Performs K-means clustering with different numbers of clusters (ranging from 1 to 10)

In [None]:
inertia = []
for k in range(1,11):
    kmeans = KMeans(n_clusters=k, random_state=42)
    kmeans.fit(norm_df)
    inertia.append(kmeans.inertia_)

Plot the inertia values 

In [None]:
plt.plot(range(1,11), 
         inertia,
         marker='o')
plt.xlabel('Number of Cluster')
plt.ylabel('Inertia')

K-means clustering is performed with different numbers of clusters, and we think `3` is the most appropriate value for number of clusters.

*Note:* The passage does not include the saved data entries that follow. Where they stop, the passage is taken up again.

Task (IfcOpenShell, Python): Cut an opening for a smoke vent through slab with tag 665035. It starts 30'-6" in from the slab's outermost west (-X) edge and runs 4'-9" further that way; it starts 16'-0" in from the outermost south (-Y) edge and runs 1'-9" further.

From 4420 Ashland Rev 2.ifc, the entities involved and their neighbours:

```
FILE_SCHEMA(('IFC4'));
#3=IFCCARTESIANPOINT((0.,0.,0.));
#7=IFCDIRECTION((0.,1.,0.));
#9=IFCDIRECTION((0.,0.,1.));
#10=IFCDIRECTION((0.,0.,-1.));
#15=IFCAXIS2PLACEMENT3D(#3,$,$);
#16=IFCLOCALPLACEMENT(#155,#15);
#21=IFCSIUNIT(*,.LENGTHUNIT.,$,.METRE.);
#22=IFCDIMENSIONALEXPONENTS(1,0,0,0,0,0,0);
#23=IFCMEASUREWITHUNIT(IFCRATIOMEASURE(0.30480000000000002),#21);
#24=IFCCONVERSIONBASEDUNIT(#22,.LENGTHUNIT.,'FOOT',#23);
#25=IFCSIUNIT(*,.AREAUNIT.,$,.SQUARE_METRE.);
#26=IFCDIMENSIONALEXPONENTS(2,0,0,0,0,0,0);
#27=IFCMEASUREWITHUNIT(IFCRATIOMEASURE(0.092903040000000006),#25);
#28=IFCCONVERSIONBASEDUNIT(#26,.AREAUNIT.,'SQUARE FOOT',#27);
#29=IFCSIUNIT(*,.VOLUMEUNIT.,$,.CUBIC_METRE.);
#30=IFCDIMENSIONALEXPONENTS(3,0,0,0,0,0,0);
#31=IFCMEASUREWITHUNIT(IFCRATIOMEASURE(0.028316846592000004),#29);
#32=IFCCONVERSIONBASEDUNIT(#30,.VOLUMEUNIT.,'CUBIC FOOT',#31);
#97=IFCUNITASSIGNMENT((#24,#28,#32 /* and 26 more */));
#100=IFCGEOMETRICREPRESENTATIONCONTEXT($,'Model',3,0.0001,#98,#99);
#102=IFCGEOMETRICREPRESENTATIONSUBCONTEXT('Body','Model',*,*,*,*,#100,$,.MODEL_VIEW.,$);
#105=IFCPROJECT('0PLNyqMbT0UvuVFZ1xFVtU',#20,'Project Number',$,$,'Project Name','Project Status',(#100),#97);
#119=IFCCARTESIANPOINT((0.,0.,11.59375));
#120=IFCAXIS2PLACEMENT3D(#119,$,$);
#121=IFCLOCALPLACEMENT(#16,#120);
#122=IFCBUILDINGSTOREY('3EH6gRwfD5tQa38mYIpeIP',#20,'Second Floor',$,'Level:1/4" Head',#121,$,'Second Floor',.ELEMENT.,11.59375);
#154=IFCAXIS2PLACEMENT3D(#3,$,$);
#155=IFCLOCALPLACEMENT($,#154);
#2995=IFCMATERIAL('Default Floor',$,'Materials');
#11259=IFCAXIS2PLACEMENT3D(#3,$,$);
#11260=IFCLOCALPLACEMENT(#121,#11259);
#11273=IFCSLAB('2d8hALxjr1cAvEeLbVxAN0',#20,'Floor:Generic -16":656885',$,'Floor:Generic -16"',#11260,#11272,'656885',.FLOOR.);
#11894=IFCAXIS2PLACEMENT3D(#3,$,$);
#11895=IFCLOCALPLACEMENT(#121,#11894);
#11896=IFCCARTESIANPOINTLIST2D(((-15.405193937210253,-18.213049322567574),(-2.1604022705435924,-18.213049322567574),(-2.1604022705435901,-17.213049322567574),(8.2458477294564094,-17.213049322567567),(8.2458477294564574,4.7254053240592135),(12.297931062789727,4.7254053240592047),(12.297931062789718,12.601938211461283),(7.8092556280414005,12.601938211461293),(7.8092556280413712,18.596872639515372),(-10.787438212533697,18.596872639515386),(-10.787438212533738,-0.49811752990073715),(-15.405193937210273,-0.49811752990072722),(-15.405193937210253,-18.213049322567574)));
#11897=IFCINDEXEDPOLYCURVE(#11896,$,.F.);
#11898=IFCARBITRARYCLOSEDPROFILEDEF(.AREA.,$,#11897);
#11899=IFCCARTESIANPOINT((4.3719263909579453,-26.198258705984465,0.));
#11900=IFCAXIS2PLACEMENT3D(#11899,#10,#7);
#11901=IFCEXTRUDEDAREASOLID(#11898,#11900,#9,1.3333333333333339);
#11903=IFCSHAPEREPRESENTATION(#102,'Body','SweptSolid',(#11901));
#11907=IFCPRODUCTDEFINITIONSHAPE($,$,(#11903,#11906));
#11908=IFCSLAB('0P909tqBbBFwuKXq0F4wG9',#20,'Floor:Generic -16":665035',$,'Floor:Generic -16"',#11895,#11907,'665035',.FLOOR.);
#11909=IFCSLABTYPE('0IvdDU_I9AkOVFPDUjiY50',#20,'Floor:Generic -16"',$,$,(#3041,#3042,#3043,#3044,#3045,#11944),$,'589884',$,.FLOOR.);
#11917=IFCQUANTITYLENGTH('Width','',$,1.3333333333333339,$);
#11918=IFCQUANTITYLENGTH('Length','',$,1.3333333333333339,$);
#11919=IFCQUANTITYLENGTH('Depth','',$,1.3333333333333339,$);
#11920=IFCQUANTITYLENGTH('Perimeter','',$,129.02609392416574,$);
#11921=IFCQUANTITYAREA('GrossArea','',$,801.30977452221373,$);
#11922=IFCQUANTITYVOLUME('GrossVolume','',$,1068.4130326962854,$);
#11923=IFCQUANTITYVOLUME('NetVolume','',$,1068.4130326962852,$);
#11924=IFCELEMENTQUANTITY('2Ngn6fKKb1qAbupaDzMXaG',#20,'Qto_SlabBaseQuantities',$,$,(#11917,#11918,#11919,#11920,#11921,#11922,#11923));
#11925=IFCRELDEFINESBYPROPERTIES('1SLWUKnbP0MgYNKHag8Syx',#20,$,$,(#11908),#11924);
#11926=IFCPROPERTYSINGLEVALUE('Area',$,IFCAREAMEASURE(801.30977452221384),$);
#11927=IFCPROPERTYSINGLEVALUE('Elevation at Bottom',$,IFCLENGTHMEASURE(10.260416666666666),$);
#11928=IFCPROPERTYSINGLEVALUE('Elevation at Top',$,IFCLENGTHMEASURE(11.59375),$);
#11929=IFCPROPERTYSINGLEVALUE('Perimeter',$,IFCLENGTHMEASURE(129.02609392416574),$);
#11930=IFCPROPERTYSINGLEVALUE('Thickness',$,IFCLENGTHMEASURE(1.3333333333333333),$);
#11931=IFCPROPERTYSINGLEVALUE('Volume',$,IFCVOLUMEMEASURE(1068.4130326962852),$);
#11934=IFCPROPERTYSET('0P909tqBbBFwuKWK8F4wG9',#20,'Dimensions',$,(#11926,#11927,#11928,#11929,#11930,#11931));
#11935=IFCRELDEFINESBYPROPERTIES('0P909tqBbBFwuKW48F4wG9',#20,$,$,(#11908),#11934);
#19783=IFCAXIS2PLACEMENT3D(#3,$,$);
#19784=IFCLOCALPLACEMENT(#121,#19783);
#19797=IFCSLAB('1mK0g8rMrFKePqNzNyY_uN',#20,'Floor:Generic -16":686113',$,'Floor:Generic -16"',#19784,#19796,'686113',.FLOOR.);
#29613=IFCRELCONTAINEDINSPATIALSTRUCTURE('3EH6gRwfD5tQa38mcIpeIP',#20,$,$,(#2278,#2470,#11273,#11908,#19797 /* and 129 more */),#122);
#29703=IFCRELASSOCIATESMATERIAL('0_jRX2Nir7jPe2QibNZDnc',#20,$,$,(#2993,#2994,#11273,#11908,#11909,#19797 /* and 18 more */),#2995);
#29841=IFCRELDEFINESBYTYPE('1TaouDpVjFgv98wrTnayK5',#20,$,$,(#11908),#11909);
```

```python
import numpy as np
import ifcopenshell
import ifcopenshell.api.feature
import ifcopenshell.api.geometry
import ifcopenshell.api.pset
import ifcopenshell.api.root
import ifcopenshell.geom
import ifcopenshell.util.element
import ifcopenshell.util.placement
import ifcopenshell.util.representation
import ifcopenshell.util.shape
import ifcopenshell.util.unit

model = ifcopenshell.open("4420 Ashland Rev 2.ifc")
unit_scale = ifcopenshell.util.unit.calculate_unit_scale(model)
area_scale = ifcopenshell.util.unit.calculate_unit_scale(model, "AREAUNIT")
volume_scale = ifcopenshell.util.unit.calculate_unit_scale(model, "VOLUMEUNIT")
settings = ifcopenshell.geom.settings()


def volume(element):
    """Net volume in cubic metres, openings subtracted."""
    shape = ifcopenshell.geom.create_shape(settings, element)
    return ifcopenshell.util.shape.get_volume(shape.geometry)


slab = model.by_id(11908)
before = volume(slab)

# Extent in the slab's own axes, in metres. The edges named are its -X and -Y sides.
slab_shape = ifcopenshell.geom.create_shape(settings, slab)
vertices = ifcopenshell.util.shape.get_vertices(slab_shape.geometry)
x_min, y_min, bottom = vertices.min(axis=0)
top = vertices[:, 2].max()

opening = ifcopenshell.api.root.create_entity(model, ifc_class="IfcOpeningElement", name="Smoke vent opening", predefined_type="OPENING")
context = ifcopenshell.util.representation.get_context(model, "Model", "Body", "MODEL_VIEW")
width, depth = 1.4478, 0.5334
outline = [(0.0, 0.0), (width, 0.0), (width, depth), (0.0, depth), (0.0, 0.0)]
# Overshoot both faces by 50 mm so the cut is clean.
shape = ifcopenshell.api.geometry.add_slab_representation(
    model, context=context, depth=top - bottom + 0.1, polyline=outline
)
ifcopenshell.api.geometry.assign_representation(model, product=opening, representation=shape)

matrix = ifcopenshell.util.placement.get_local_placement(slab.ObjectPlacement)
matrix[:, 3] = matrix @ np.append(np.array([x_min + 9.2964, y_min + 4.8768, bottom - 0.05]) / unit_scale, 1.0)
ifcopenshell.api.geometry.edit_object_placement(model, product=opening, matrix=matrix, is_si=False)
ifcopenshell.api.feature.add_feature(model, feature=opening, element=slab)

after = volume(slab)

# Update the slab's stored quantities.
qto = model.by_id(ifcopenshell.util.element.get_pset(slab, "Qto_SlabBaseQuantities", should_inherit=False)["id"])
ifcopenshell.api.pset.edit_qto(model, qto=qto, properties={"NetVolume": after / volume_scale})
pset = model.by_id(ifcopenshell.util.element.get_pset(slab, "Dimensions", should_inherit=False)["id"])
ifcopenshell.api.pset.edit_pset(model, pset=pset, properties={
    "Area": model.create_entity("IfcAreaMeasure", after / (top - bottom) / area_scale),
    "Volume": model.create_entity("IfcVolumeMeasure", after / volume_scale),
})

print(f"slab volume {before:.3f} -> {after:.3f} m3")

model.write("4420 Ashland Rev 2_edited.ifc")
```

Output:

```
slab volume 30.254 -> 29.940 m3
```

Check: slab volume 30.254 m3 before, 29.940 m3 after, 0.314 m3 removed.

Lets validate our findings using silhouette score

In [None]:
sil = []
for k in range(2,11):
    kmeans = KMeans(n_clusters=k, random_state=42)
    kmeans.fit(norm_df)
    sil.append(silhouette_score(norm_df, kmeans.labels_))

In [None]:

plt.plot(range(2,11), sil, marker='o')
plt.xlabel("Number of Clusters")
plt.ylabel("Silhouette Score")
plt.show()

The silhouette scores for 3, 4, and 5 clusters were approximately similar. However, the inertia value significantly decreased from 3 to 4 clusters and  relatively less when moving from 4 to 5 clusters. Consequently, we selected 3 clusters as the optimal number for customer segmentation.

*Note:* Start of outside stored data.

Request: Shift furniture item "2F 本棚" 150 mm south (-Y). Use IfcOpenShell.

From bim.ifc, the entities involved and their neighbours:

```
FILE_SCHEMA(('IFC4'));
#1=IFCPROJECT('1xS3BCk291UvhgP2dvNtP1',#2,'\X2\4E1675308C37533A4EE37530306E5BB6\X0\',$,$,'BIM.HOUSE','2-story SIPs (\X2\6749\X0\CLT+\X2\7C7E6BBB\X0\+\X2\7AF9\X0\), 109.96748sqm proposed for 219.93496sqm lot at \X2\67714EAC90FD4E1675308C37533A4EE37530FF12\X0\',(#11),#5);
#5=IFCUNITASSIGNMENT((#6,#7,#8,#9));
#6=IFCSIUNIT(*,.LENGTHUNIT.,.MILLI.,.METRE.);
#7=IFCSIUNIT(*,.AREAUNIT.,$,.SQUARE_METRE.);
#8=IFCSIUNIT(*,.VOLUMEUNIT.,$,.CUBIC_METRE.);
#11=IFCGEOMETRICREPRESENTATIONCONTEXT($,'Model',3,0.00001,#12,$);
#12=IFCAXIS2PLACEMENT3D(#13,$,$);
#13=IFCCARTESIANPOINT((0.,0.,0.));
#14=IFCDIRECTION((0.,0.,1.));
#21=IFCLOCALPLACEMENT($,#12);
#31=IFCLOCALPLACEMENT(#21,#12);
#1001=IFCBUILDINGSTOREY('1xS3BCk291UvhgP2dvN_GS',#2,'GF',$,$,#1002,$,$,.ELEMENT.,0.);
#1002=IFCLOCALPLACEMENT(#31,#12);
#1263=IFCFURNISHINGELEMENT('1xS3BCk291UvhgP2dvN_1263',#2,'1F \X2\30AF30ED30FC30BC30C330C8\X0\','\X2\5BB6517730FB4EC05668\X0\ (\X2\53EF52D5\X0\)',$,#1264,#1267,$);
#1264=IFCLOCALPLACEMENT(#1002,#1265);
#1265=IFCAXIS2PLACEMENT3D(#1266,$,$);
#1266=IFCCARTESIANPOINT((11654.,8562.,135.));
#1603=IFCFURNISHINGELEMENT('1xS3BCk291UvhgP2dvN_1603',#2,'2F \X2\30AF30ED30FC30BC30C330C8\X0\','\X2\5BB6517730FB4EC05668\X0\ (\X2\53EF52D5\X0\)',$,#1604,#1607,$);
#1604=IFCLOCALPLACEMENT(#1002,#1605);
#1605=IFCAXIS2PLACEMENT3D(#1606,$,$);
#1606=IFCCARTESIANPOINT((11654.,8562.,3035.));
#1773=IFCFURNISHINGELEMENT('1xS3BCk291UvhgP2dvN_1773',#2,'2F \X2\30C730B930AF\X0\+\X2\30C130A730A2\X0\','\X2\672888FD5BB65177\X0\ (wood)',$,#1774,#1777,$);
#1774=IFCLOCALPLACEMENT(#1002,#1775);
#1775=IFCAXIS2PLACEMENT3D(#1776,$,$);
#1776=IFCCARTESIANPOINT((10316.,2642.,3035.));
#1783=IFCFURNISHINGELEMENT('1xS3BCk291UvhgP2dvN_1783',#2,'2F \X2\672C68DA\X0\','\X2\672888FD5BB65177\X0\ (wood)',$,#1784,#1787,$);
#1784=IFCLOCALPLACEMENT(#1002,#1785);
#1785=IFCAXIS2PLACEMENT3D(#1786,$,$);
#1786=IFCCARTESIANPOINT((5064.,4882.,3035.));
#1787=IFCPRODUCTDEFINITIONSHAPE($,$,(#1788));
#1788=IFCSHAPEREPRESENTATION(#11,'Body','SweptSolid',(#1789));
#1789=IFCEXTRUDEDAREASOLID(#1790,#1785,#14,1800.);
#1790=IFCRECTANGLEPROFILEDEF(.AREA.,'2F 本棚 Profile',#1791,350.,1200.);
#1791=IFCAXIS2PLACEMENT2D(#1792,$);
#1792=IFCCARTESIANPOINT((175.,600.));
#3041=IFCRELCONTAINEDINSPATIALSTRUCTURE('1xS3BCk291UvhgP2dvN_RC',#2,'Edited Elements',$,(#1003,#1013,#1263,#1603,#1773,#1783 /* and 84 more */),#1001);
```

```python
import ifcopenshell
import ifcopenshell.api.geometry
import ifcopenshell.util.placement
import ifcopenshell.util.unit

model = ifcopenshell.open("bim.ifc")
unit_scale = ifcopenshell.util.unit.calculate_unit_scale(model)

item = model.by_id(1783)
matrix = ifcopenshell.util.placement.get_local_placement(item.ObjectPlacement)
matrix[1, 3] -= 0.15 / unit_scale
ifcopenshell.api.geometry.edit_object_placement(model, product=item, matrix=matrix, is_si=False)

print(ifcopenshell.util.placement.get_local_placement(item.ObjectPlacement).round(3) + 0.0)

model.write("bim_updated.ifc")
```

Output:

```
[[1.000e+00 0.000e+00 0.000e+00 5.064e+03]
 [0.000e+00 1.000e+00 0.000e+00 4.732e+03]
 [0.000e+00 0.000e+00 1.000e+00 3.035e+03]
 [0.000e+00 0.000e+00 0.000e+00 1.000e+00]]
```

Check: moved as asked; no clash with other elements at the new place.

### Further Analysis and Interpretation

Analyze The segmented customer data in more detail to understand the characteristics and behaviors of each customer segment.

Perform K-means clustering with the final number of clusters

In [None]:
final_kmeans = KMeans(n_clusters=3,random_state=42)
final_kmeans.fit(norm_df)


Create a new dataframe with customer information and assigned clusters

In [None]:
final_df = pd.DataFrame(customer_df, columns=customer_df.columns, index=customer_df.index)
final_df['Cluster'] = final_kmeans.labels_ + 1 # I want to have cluster labels starting from 1 instead of 0
final_df.head(10)

Visualize the distribution of clusters 

In [None]:
sns.histplot(final_df.Cluster)
plt.xticks(range(1,4))
plt.show()

In [None]:
final_df.groupby('Cluster').agg({'Monetary':'mean',
                                 'Frequency':'mean',
                                 'Recency':'mean'})

After segmenting the customer data into three distinct clusters, we conducted a detailed analysis to comprehend the unique characteristics and behaviors exhibited by each group. The segmentation revealed clear patterns in terms of customer recency, purchase frequency, and monetary value.  
* **Cluster 1: "High-Value Regular Customers"**:  
This cluster consists of customers with relatively high monetary value, moderate frequency, and recent transactions. They are likely to be loyal and valuable customers who make regular purchases.  

* **Cluster 2: "Low-Value Occasional Customers**"
This cluster includes customers with lower monetary value, lower frequency, and higher recency. They might be occasional buyers who make infrequent purchases.  

* **Cluster 3: "High-Value VIP Customers**"  
This cluster represents customers with exceptionally high monetary value, high frequency, and very recent transactions. They are top-tier customers who contribute significantly to the business's revenue and should be treated as VIPs.

It's important to note that this project is a starting point, and further analyses and experiments can be performed to gain deeper insights and refine the segmentation strategy. Additionally, business-specific factors and domain knowledge should be taken into account when interpreting the results and making strategic decisions based on the customer segments.